1960年代の日本の風景をポップに表現した『ひよっこ』のタイトルバック。ミニチュア写真家・田中達也さんの世界に映像監督・森江康太さんがCGで動きをプラス。番組スタッフもアイデアを出しながら作り上げました。日常にあるものを別のものに“見立てた” ユニークな世界の魅力&繊細なCGのみどころをたっぷりお届けします。
1960年代の日本の風景をポップに表現した『ひよっこ』のタイトルバック。ミニチュア写真家・田中達也さんの世界に映像監督・森江康太さんがCGで動きをプラス。番組スタッフもアイデアを出しながら作り上げました。日常にあるものを別のものに“見立てた” ユニークな世界の魅力&繊細なCGのみどころをたっぷりお届けします。
レトロポップを意識したかわいらしいオープニング。お菓子の缶や瓶、キャンディーでビルの街並みを表現しています。

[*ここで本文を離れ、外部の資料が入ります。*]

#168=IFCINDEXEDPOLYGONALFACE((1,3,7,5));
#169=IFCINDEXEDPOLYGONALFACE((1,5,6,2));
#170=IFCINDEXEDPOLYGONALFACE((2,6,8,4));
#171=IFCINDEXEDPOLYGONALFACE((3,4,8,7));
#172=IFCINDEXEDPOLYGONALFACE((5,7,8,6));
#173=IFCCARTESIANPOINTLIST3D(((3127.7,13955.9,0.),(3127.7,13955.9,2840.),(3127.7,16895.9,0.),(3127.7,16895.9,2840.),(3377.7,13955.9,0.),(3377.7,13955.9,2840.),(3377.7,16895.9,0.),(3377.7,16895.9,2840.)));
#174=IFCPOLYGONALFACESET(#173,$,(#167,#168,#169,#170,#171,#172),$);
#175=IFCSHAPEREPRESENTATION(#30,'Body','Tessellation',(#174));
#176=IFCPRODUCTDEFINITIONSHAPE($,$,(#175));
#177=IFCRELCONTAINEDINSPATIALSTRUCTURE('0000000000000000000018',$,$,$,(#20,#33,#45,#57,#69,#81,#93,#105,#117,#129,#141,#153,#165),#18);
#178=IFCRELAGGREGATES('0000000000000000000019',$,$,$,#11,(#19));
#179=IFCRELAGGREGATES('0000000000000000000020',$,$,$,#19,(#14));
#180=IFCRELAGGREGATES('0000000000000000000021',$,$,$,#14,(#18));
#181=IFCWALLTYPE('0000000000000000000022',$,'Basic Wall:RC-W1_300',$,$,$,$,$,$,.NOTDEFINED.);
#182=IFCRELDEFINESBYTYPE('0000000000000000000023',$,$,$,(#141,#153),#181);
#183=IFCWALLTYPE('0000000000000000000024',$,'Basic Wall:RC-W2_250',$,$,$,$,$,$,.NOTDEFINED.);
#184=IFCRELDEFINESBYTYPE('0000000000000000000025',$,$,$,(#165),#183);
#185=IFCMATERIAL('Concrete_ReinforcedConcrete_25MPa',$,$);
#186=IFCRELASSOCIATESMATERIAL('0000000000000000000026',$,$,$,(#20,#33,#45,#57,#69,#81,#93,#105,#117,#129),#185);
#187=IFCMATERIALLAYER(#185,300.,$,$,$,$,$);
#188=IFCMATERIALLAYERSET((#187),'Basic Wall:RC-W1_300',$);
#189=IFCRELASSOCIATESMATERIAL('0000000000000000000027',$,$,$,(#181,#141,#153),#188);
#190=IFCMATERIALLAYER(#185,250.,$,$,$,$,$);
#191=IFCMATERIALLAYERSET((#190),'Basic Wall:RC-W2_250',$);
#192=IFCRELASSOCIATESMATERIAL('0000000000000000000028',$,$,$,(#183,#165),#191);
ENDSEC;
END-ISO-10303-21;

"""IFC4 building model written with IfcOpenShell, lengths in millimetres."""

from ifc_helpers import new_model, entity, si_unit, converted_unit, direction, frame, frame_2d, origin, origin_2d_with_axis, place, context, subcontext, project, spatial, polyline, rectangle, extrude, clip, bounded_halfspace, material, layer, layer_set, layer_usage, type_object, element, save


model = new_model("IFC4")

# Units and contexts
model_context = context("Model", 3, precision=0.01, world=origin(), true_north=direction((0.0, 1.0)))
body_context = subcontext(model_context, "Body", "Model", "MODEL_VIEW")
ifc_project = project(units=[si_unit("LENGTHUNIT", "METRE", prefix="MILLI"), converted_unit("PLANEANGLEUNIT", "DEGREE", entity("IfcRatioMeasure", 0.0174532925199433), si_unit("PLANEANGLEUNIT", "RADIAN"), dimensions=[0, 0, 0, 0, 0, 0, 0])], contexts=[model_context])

ビルに見立てた菓子箱の上に、「ひよっこ」と書かれた看板を発見。実はほかにも「うず潮」や「おはなはん」など、1960年代の連続テレビ小説のタイトルが書いてある看板が隠れています。よーく見て、探してみてください!
靴ブラシを稲とおだ木(※)に見立てる演出も。右上にある運動靴は、劇中でみね子が履いていたもの、床面は谷田部家の土間と同じ素材というように、ドラマとリンクしている小物なども散りばめられています。
※収穫後、束ねた稲を天日干しするためのもの
田中さんの“見立て”の世界では、何らかの関係がある小物を使います。例えばこのシーンにある小物は、すべて洋服に関係するもの。手前に広がるのは洋服の野球広場。野球のベースを洋服のボタンで表現し、後ろの電柱と電線には針と糸を、電車が通る線路にはファスナーを使っています。

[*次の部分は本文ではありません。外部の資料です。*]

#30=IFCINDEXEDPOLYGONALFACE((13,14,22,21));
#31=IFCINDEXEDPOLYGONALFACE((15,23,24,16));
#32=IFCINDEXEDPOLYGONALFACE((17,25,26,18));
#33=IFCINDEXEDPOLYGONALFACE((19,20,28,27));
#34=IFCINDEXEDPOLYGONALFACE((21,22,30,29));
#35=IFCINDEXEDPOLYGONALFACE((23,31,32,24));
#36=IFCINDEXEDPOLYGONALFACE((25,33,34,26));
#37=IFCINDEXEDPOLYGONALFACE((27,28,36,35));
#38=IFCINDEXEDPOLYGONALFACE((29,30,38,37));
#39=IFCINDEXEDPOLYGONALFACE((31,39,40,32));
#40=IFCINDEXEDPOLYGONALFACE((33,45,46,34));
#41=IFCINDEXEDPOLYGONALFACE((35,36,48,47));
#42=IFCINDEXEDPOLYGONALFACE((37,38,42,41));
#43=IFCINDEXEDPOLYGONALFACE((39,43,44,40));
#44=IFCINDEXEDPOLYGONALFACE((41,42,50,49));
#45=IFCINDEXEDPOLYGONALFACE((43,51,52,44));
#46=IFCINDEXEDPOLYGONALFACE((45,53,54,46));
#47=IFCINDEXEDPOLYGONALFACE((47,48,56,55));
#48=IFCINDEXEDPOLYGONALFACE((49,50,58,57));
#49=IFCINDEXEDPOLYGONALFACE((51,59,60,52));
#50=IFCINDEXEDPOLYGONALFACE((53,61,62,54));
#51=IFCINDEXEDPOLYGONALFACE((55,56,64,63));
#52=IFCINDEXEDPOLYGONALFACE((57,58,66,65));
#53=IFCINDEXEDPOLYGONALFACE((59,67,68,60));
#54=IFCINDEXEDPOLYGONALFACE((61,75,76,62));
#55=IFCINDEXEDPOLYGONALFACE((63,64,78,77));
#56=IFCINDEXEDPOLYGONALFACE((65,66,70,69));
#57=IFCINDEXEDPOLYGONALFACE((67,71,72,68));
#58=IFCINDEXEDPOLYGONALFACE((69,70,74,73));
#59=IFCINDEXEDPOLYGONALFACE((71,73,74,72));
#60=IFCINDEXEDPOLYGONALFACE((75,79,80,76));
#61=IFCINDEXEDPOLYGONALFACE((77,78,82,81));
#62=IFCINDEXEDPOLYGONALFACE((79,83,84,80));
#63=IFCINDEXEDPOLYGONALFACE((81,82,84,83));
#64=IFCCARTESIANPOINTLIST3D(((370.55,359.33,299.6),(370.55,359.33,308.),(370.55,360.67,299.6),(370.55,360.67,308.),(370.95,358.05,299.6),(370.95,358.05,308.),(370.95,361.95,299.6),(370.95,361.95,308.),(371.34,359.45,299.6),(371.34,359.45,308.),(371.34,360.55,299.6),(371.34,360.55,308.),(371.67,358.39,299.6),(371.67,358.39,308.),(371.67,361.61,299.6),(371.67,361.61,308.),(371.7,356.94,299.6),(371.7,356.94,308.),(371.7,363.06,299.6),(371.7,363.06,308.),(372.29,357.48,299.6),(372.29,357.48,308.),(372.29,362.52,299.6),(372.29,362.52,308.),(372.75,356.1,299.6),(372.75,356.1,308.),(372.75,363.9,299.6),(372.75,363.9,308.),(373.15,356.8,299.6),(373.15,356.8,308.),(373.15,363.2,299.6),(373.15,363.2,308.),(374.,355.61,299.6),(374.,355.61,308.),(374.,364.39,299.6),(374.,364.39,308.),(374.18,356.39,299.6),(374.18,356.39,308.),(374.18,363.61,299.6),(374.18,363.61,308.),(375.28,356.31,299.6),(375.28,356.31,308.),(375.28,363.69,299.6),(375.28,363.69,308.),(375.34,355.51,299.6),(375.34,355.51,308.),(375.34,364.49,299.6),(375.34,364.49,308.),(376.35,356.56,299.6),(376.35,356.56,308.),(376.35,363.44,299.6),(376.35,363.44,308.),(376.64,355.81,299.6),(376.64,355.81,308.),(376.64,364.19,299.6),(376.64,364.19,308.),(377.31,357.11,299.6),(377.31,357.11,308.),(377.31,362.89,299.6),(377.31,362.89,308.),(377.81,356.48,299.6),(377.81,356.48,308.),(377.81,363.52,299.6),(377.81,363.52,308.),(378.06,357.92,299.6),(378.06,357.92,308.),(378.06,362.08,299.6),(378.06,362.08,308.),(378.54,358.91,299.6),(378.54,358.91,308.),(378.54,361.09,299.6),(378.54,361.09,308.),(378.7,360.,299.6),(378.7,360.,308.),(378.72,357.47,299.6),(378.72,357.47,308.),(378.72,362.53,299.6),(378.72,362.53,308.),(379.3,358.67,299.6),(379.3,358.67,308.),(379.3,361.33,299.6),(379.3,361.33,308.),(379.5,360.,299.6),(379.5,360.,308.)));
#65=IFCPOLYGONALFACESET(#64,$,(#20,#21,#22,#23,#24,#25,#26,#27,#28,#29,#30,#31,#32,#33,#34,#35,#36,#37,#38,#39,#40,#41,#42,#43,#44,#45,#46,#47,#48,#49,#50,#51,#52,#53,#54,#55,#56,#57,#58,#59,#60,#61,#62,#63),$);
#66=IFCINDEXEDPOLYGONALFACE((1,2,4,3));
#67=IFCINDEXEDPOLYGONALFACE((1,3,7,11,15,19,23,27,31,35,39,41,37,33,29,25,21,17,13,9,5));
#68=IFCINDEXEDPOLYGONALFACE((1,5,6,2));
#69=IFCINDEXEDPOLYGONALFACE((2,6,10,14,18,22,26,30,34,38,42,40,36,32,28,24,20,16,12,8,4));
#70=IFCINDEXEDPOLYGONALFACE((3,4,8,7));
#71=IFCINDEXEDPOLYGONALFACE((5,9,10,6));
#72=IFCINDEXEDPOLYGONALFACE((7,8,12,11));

“見立て”の世界を精密な撮影が出来る特殊カメラでコマ撮りをしたあとからが映像監督・森江さんの作業。人や車など動くものをCGで足すのです。人の動きをデジタル的に記録してコンピューターに取り込む“モーションキャプチャ”で、膨大な数の人の動きを作りだしていきました。よく見ると同じ動作をしている人がいないんですよ。
最後の「東京タワー」の場面は、田中さん、森江さん、美術&照明スタッフなど、みんなでアイデアを出し合って準備、撮影をした苦心の末の力作。東京の広大な街並みを表現するために、画面奥に小さなマッチ箱を大量に配置。夕景を表現するため、照明を当てる角度にもこだわりました。特に東京タワーは、大きな空の瓶に赤いマニキュアで色を塗り、中に紅茶やお茶やコーヒーを入れるなど試行錯誤し、東京タワーっぽい色合いになるように追求しました。

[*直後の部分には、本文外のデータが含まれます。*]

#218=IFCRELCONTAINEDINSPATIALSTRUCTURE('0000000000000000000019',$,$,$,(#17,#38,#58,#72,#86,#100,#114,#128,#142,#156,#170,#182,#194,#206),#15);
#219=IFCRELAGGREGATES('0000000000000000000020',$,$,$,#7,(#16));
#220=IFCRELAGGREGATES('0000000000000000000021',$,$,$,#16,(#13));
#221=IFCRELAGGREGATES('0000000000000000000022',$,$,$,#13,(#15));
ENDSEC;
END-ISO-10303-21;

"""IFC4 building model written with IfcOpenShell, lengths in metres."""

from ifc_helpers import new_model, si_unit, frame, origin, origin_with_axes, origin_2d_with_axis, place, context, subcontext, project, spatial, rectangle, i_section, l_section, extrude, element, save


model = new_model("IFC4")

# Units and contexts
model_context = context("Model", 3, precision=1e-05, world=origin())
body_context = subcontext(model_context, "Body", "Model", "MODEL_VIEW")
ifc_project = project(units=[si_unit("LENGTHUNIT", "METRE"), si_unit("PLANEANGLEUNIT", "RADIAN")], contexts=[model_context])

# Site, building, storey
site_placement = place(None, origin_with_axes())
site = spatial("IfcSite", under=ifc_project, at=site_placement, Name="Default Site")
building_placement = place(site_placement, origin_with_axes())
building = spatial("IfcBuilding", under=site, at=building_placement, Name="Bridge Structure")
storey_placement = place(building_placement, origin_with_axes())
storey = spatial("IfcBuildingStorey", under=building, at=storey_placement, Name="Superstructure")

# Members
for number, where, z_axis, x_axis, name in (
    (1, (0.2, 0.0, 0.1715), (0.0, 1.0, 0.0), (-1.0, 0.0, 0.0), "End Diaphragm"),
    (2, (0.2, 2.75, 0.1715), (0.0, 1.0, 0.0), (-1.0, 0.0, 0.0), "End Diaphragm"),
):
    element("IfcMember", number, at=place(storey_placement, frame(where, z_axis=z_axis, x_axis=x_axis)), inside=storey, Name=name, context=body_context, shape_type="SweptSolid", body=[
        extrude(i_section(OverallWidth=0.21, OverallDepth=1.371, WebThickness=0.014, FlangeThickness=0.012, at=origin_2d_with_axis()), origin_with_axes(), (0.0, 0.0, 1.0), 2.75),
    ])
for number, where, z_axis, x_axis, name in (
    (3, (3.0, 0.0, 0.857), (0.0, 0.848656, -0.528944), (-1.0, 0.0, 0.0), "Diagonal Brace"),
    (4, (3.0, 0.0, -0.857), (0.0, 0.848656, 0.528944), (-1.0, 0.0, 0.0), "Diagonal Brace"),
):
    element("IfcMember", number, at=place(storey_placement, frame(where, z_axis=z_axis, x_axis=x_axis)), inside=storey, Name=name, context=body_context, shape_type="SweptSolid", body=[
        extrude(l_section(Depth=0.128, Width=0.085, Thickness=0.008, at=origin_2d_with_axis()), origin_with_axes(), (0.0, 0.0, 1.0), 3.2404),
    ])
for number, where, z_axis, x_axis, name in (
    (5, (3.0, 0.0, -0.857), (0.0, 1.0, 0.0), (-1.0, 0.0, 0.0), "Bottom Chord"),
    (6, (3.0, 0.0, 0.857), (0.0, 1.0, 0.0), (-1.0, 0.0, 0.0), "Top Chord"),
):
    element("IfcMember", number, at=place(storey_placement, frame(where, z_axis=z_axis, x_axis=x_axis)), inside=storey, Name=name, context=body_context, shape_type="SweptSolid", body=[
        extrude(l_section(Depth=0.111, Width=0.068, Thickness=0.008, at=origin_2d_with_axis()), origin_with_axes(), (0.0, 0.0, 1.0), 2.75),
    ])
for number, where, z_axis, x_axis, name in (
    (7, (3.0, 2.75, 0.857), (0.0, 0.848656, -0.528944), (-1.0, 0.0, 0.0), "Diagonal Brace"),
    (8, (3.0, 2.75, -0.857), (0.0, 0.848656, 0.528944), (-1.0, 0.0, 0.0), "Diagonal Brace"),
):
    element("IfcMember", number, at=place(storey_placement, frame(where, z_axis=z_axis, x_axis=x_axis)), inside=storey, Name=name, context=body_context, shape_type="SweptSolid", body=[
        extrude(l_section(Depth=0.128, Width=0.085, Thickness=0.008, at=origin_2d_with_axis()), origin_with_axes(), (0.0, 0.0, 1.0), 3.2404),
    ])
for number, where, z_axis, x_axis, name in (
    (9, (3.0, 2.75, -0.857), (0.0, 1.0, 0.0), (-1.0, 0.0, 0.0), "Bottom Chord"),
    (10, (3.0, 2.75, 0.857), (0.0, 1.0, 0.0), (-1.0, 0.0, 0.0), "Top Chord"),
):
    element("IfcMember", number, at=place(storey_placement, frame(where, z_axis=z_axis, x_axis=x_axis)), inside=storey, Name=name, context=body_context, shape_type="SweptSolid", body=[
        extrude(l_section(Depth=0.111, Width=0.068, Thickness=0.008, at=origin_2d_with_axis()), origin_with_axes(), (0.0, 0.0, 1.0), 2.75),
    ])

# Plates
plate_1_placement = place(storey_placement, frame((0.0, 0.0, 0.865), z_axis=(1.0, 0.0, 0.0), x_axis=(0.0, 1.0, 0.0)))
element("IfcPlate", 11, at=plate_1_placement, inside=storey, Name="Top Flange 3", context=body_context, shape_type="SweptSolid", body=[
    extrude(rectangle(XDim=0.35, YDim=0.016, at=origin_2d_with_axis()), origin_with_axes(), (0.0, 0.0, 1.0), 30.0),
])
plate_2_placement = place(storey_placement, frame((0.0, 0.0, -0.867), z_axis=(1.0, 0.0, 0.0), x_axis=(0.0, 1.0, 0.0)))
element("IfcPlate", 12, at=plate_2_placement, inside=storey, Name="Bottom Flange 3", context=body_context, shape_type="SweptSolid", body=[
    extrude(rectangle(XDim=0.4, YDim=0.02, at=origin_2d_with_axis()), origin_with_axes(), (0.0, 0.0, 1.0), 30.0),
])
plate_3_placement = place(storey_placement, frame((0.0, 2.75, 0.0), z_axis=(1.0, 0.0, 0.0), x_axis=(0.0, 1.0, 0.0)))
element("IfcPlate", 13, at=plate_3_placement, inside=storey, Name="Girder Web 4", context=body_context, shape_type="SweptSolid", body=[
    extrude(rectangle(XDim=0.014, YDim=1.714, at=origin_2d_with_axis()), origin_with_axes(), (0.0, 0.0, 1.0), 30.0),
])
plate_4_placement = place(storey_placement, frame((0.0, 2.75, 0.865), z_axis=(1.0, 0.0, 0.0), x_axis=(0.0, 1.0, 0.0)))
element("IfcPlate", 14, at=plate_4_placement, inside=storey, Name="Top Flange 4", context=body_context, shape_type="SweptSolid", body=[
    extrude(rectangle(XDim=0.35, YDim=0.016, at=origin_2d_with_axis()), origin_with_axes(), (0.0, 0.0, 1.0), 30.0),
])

このシーンはそれまで横から見ていた人の目線を、真上からに変えています。湯気が近づいてきたり、目の前を鳥が飛んでいったりと、自分も物語の中にいるような臨場感を楽しめる工夫が施されています。
コッペパンの新幹線が登場する場面。ここでもトースターやバターナイフなど、パンと関係がある小物を選んでいるそうです。
実際に使われていたラジオ(1960年代当時のもの)を分解し、その内部をラジオ工場に見立てています。中で働く人々の動きもリアル!!
このトランジスタラジオは、撮影後にスタッフがきちんと元の状態に戻し、ドラマの中で使われたそうで、第6週のあるシーンに登場予定。お楽しみに!
日が暮れたり、町に明かりがともっていく演出は、森江さんの発案。車のライトや新幹線の窓など、細かな部分の明かりの変化もCGで作っています。
これまで「昭和の日本の風景」を“見立て”で表現したことはなかったので、僕にとっても初の試みでした。最初はどうアイデアを出していくか悩んだりもしましたが、森江さんやスタッフの方々とプランを出し合うことで、自分の想像を超える作品を作ることができました。視点を変えたり、町の景色を朝から夜にしたりなど、森江さんの提案は自分一人では思いつかないものばかりでおもしろかったですね。
【プロフィール】
田中達也(たなか・たつや)
ミニチュア写真家。2011年から、日用品とジオラマ用人形を使った作品を「MINIATURE CALENDAR」としてネットで発表。
田中さんの作品には、見た人を“はっ”とさせるおもしろさがあります。そんな田中さんの作品の世界観が今まで以上に魅力的に映し出される映像作品にするために、CGというツールを使ってサポートさせていただきました。こういう形でコラボレーションをしたのは初めてだったので、ふだんは使わない筋肉を使わせていただきながら、すばらしく見事な化学反応が起こった作品に仕上がったと思います。
【プロフィール】
森江康太(もりえ・こうた)
映像監督、CGアニメーター。NHKスペシャル「生命大躍進」やミュージックビデオ、テレビCMなど、多種多様な3DCGディレクションで注目を集める。